Serological assays measure the presence of norovirus-specific antibodies in blood samples. However, serological testing is less commonly used for diagnosing acute norovirus infection and is typically more useful for epidemiological studies or assessing immunity in populations. It's important to note that norovirus diagnosis is primarily based on clinical suspicion and laboratory confirmation, especially during outbreaks or in cases of severe illness. Additionally, norovirus diagnosis may require exclusion of other potential causes of gastroenteritis through differential diagnosis. Prompt and accurate diagnosis of norovirus infection is essential for appropriate patient management, infection control measures, and public health surveillance.

Vaccination Trails

Monovalent and Bivalent Norovirus Virus-like Particle (VLP) Vaccines: These vaccines consist of virus-like particles that mimic the outer shell of norovirus. Monovalent vaccines target specific genotypes of norovirus, while bivalent vaccines aim to provide broader protection against multiple genotypes. Clinical trials have tested the safety, immunogenicity, and efficacy of these VLP vaccines in adults and children. Some trials have shown promising results in terms of immune response, but further research is needed to assess vaccine efficacy in preventing norovirus infection and illness. Recombinant Norovirus GI.1 VLP Vaccine: This vaccine candidate, developed by Takeda Pharmaceuticals, has undergone clinical trials to evaluate its safety and efficacy in preventing norovirus gastroenteritis. Phase IIb trials conducted in adults and elderly individuals demonstrated a reduction in the incidence of acute gastroenteritis caused by norovirus genotype GI.1. Further development and evaluation of this vaccine are ongoing. Live Attenuated Norovirus Vaccine: Live attenuated vaccines contain weakened forms of the virus that are unable to cause illness but can still stimulate an immune response. Clinical trials of live attenuated norovirus vaccines have been conducted to assess their safety, immunogenicity, and potential efficacy in preventing norovirus infection and illness. Results from these trials have provided insights into the feasibility and challenges of developing live attenuated vaccines for norovirus.
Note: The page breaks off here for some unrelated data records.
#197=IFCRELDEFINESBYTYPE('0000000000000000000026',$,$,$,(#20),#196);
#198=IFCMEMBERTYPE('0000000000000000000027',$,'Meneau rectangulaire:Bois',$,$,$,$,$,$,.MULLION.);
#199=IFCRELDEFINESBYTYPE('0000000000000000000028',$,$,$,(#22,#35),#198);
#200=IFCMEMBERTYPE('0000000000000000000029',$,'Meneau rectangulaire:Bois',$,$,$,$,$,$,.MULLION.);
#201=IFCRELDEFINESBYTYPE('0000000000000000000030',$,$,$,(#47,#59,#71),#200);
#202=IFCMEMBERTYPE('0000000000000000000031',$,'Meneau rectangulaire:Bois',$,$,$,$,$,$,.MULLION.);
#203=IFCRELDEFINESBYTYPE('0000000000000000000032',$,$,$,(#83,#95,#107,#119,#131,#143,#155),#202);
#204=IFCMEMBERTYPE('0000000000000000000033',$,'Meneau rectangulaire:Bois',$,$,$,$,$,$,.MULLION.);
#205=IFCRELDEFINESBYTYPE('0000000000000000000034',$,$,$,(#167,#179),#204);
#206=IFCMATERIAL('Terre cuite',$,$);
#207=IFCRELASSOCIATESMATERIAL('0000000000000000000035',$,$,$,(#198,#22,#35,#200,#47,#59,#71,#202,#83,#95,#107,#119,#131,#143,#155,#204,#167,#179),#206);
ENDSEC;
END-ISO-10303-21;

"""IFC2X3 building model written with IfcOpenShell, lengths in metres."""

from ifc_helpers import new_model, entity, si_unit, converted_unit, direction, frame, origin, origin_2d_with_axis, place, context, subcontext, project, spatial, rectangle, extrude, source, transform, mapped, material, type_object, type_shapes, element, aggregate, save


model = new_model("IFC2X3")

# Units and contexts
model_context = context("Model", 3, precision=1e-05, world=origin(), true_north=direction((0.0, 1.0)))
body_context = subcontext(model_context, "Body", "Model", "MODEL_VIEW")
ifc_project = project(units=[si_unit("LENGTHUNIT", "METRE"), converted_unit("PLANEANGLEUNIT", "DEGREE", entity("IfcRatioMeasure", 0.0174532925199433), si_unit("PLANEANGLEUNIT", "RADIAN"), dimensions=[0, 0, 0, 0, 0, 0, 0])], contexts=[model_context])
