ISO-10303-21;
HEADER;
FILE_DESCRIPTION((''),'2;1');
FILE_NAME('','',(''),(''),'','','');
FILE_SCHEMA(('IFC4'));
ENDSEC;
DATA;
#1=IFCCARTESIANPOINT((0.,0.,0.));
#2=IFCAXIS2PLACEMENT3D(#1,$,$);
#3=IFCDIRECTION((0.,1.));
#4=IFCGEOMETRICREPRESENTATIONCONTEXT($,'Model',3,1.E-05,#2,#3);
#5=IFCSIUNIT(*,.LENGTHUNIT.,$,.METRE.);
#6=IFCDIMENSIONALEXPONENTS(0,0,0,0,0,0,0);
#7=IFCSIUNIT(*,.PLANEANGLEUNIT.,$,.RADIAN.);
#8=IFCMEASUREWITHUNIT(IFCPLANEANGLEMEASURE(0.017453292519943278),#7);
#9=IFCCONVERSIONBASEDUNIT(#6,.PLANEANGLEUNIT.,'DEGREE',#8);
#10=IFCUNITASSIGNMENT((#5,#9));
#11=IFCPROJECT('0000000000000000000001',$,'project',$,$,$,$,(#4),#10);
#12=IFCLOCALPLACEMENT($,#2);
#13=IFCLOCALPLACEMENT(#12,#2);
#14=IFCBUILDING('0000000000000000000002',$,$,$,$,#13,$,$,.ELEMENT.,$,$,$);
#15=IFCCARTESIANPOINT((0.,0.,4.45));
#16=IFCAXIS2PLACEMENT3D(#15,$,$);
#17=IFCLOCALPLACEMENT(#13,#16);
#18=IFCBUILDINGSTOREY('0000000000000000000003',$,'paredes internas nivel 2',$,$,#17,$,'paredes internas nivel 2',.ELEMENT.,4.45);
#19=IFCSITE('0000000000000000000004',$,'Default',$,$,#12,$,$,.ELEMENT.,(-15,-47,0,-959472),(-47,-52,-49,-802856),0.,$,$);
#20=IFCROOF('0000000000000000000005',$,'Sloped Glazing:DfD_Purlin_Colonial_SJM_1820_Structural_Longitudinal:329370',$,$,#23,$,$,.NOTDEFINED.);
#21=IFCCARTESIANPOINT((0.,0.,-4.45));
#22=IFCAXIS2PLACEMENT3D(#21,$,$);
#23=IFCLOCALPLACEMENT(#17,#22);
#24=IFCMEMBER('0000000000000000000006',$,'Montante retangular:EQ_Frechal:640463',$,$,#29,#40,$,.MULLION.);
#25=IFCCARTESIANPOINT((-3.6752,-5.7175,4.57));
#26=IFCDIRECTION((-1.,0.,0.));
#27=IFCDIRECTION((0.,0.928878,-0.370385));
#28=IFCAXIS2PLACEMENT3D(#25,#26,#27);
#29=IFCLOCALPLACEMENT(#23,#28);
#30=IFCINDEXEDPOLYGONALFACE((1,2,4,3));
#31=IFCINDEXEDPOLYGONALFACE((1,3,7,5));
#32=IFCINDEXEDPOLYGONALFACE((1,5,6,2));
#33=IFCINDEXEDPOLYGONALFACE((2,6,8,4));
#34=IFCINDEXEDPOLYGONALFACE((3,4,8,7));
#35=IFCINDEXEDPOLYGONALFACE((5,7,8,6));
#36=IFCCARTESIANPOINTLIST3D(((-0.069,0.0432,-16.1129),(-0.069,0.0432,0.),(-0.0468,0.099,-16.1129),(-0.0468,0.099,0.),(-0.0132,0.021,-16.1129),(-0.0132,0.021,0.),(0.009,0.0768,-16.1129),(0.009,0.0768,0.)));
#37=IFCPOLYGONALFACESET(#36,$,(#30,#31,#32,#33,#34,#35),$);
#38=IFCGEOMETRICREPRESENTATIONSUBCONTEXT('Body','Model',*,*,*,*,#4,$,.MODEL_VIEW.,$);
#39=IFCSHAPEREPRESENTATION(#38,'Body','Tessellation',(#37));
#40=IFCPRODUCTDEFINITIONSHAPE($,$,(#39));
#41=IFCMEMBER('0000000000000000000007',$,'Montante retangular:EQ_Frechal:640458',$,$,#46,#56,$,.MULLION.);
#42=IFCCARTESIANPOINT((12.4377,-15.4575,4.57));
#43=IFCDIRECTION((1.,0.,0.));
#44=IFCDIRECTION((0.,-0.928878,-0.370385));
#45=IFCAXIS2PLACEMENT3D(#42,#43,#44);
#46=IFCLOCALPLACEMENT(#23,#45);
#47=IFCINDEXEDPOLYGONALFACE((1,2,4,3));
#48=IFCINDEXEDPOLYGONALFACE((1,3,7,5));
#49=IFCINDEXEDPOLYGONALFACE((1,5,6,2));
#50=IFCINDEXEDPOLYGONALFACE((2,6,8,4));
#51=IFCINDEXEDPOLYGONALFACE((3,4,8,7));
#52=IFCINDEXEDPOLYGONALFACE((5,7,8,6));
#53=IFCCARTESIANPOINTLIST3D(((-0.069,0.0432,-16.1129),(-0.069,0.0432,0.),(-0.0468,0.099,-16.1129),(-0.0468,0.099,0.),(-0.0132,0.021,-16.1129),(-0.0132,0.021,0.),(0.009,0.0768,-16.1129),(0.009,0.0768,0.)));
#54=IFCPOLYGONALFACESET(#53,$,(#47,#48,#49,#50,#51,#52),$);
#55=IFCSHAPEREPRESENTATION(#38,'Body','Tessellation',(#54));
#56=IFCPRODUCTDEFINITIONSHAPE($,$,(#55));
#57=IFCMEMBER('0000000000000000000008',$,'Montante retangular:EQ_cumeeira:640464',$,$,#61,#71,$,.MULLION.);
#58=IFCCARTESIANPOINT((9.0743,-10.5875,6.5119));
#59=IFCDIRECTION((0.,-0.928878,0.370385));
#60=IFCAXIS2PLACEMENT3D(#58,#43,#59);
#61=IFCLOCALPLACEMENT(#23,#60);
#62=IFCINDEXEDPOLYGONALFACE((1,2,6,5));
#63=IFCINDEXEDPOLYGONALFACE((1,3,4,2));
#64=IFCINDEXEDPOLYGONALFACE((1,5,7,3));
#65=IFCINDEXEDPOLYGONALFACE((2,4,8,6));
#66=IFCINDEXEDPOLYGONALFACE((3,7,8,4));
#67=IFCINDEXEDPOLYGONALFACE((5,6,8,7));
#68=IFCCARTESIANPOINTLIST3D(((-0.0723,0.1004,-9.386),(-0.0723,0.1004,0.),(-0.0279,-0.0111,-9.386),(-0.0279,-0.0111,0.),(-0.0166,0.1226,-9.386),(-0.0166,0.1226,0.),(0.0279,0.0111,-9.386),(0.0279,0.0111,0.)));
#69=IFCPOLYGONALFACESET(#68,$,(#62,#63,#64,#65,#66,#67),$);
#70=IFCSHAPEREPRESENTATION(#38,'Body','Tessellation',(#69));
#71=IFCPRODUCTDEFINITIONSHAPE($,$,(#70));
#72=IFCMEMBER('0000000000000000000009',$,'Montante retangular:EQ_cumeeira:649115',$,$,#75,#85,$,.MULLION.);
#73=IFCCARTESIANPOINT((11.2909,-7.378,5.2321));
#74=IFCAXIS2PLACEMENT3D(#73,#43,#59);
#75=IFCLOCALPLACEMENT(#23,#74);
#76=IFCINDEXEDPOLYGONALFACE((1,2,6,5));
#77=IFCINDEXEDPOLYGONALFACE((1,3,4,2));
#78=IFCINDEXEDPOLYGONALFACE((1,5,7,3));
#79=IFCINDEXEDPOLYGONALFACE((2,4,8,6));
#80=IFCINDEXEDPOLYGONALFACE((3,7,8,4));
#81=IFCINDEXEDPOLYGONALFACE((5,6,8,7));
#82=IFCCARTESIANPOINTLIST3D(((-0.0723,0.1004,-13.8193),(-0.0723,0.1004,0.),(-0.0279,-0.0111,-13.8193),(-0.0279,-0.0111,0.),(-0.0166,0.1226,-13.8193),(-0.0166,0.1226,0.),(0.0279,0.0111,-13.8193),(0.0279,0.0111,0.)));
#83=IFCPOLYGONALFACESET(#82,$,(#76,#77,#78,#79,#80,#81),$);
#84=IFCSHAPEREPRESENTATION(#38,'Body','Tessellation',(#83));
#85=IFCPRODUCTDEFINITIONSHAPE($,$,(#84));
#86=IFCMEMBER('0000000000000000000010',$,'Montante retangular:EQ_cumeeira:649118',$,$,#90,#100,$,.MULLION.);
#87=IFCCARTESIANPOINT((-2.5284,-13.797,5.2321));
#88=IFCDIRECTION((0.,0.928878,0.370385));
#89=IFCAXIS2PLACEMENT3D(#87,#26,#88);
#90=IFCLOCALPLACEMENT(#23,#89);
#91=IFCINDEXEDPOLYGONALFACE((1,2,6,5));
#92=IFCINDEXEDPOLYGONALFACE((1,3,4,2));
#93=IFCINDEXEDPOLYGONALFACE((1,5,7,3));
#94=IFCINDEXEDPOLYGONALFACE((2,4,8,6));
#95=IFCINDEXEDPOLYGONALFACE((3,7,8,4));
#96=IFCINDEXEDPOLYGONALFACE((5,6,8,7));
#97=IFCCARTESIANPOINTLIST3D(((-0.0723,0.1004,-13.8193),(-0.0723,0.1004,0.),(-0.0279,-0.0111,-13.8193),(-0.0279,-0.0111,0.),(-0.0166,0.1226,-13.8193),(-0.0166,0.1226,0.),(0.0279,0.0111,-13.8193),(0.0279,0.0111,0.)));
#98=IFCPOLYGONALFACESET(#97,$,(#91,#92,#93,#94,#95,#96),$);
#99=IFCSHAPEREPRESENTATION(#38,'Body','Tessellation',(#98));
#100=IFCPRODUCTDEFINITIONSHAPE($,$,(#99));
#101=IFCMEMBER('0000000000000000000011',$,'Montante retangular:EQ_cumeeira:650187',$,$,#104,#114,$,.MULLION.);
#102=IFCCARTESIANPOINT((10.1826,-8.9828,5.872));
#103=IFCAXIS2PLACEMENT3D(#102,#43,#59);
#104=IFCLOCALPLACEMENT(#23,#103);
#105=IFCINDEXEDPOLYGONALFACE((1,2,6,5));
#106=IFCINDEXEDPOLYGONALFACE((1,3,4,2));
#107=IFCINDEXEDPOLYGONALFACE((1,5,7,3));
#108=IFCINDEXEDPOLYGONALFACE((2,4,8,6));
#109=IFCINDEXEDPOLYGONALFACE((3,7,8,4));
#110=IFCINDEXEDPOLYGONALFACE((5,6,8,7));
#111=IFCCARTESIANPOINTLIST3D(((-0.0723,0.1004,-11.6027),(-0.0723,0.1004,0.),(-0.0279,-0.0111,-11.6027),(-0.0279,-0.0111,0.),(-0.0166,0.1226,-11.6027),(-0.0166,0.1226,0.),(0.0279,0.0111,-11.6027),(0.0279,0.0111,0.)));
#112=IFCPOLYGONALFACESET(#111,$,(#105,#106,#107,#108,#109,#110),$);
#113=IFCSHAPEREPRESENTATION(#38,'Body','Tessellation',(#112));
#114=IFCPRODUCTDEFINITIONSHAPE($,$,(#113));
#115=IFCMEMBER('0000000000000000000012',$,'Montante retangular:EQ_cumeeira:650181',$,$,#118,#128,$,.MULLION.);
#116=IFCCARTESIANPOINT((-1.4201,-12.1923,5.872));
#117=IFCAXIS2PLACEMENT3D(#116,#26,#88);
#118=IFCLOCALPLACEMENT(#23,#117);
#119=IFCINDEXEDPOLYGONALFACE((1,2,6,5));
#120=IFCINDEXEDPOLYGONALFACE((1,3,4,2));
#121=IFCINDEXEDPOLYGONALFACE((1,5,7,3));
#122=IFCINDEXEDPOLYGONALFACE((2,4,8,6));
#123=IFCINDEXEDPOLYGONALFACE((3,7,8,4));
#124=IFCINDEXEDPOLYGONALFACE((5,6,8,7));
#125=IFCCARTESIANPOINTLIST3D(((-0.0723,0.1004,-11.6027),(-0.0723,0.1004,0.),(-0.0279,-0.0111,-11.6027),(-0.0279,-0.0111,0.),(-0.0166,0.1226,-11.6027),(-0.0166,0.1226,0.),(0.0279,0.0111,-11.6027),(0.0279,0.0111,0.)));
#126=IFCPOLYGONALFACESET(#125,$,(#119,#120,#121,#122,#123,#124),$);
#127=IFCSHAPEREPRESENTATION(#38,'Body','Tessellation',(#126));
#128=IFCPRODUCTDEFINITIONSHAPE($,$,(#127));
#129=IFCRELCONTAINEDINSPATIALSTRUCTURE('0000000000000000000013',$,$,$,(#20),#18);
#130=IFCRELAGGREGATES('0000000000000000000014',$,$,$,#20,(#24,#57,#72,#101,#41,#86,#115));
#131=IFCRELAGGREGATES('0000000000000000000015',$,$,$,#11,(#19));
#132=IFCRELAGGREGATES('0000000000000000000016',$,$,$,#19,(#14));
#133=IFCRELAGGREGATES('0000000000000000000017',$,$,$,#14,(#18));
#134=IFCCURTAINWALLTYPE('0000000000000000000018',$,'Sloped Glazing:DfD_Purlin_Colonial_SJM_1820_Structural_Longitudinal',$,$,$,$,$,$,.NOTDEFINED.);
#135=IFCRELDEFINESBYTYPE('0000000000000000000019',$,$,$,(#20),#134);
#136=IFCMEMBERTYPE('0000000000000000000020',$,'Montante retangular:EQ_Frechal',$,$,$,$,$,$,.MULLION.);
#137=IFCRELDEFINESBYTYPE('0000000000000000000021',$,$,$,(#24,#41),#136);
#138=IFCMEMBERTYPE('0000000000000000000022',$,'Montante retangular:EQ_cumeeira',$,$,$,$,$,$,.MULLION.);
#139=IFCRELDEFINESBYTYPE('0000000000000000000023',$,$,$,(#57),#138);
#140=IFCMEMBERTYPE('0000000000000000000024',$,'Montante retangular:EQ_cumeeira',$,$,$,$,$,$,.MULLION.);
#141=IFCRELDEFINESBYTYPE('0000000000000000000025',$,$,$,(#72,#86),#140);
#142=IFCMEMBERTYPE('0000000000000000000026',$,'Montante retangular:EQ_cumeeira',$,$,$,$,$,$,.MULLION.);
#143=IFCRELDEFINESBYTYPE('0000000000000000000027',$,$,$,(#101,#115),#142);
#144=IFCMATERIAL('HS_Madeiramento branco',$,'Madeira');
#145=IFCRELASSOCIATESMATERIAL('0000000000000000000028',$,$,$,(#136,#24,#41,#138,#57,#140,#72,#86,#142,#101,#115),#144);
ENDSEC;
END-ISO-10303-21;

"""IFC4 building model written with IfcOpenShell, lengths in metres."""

from ifc_helpers import new_model, entity, si_unit, converted_unit, direction, frame, origin, place, context, subcontext, project, spatial, indexed_curve, outline, extrude, source, transform, mapped, material, type_object, type_shapes, element, aggregate, save


model = new_model("IFC4")

# Units and contexts
model_context = context("Model", 3, precision=1e-05, world=origin(), true_north=direction((0.0, 1.0)))
body_context = subcontext(model_context, "Body", "Model", "MODEL_VIEW")
ifc_project = project(units=[si_unit("LENGTHUNIT", "METRE"), converted_unit("PLANEANGLEUNIT", "DEGREE", entity("IfcPlaneAngleMeasure", 0.017453292519943278), si_unit("PLANEANGLEUNIT", "RADIAN"), dimensions=[0, 0, 0, 0, 0, 0, 0])], contexts=[model_context])

# Site, building, storey
site_placement = place(None, origin())
site = spatial("IfcSite", under=ifc_project, at=site_placement, Name="Default", CompositionType="ELEMENT", RefLatitude=(-15, -47, 0, -959472), RefLongitude=(-47, -52, -49, -802856), RefElevation=0.0)
building_placement = place(site_placement, origin())
building = spatial("IfcBuilding", under=site, at=building_placement, CompositionType="ELEMENT")
storey_placement = place(building_placement, frame((0.0, 0.0, 4.45)))
storey = spatial("IfcBuildingStorey", under=building, at=storey_placement, Name="paredes internas nivel 2", LongName="paredes internas nivel 2", CompositionType="ELEMENT", Elevation=4.45)

# Roof, members
curtain_wall_type = type_object("IfcCurtainWallType", Name="Sloped Glazing:DfD_Purlin_Colonial_SJM_1820_Structural_Longitudinal", PredefinedType="NOTDEFINED")
roof_placement = place(storey_placement, frame((0.0, 0.0, -4.45)))
roof = element("IfcRoof", 1, at=roof_placement, inside=storey, type_object=curtain_wall_type, Name="Sloped Glazing:DfD_Purlin_Colonial_SJM_1820_Structural_Longitudinal:329370", PredefinedType="NOTDEFINED")
ifc_material = material(Name="HS_Madeiramento branco", Category="Madeira")
member_type_1 = type_object("IfcMemberType", Name="Montante retangular:EQ_Frechal", PredefinedType="MULLION", material=ifc_material)
shared_shape_1 = source(origin(), body_context, "Body", "SweptSolid", [
    extrude(outline(indexed_curve([(-0.03, -0.03), (0.03, -0.03), (0.03, 0.03), (-0.03, 0.03), (-0.03, -0.03)], self_intersect=False)), frame((-0.03, 0.06, -16.1129), z_axis=(0.0, 0.0, 1.0), x_axis=(0.928878, -0.370385, 0.0)), (0.0, 0.0, 1.0), 16.1129),
])
type_shapes(member_type_1, [shared_shape_1])
member_1_placement = place(roof_placement, frame((-3.6752, -5.7175, 4.57), z_axis=(-1.0, 0.0, 0.0), x_axis=(0.0, 0.928878, -0.370385)))
member_1 = element("IfcMember", 2, at=member_1_placement, type_object=member_type_1, material=ifc_material, Name="Montante retangular:EQ_Frechal:640463", PredefinedType="MULLION", context=body_context, shape_type="MappedRepresentation", body=[
    mapped(shared_shape_1, transform((0.0, 0.0, 0.0), scale=1.0)),
])
member_2_placement = place(roof_placement, frame((12.4377, -15.4575, 4.57), z_axis=(1.0, 0.0, 0.0), x_axis=(0.0, -0.928878, -0.370385)))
These are few examples of vaccine candidates that have been evaluated in clinical trials. Research into norovirus vaccines continues, with ongoing efforts to develop safe and effective vaccines that can provide durable protection against norovirus infection and illness.

1. Norovirus. 2024.
2. Devant J, Hofhaus G, Hansman GS. Novel structural features of human norovirus capsid. 2019.
3. Campillay-Veliz CP, Carvajal JJ, Avellaneda AM, Escobar D, Covian C, Kalergis AM, et al. Human norovirus proteins: implications in the replicative cycle, pathogenesis, and the host immune response. Frontiers in Immunol. 2020; 11.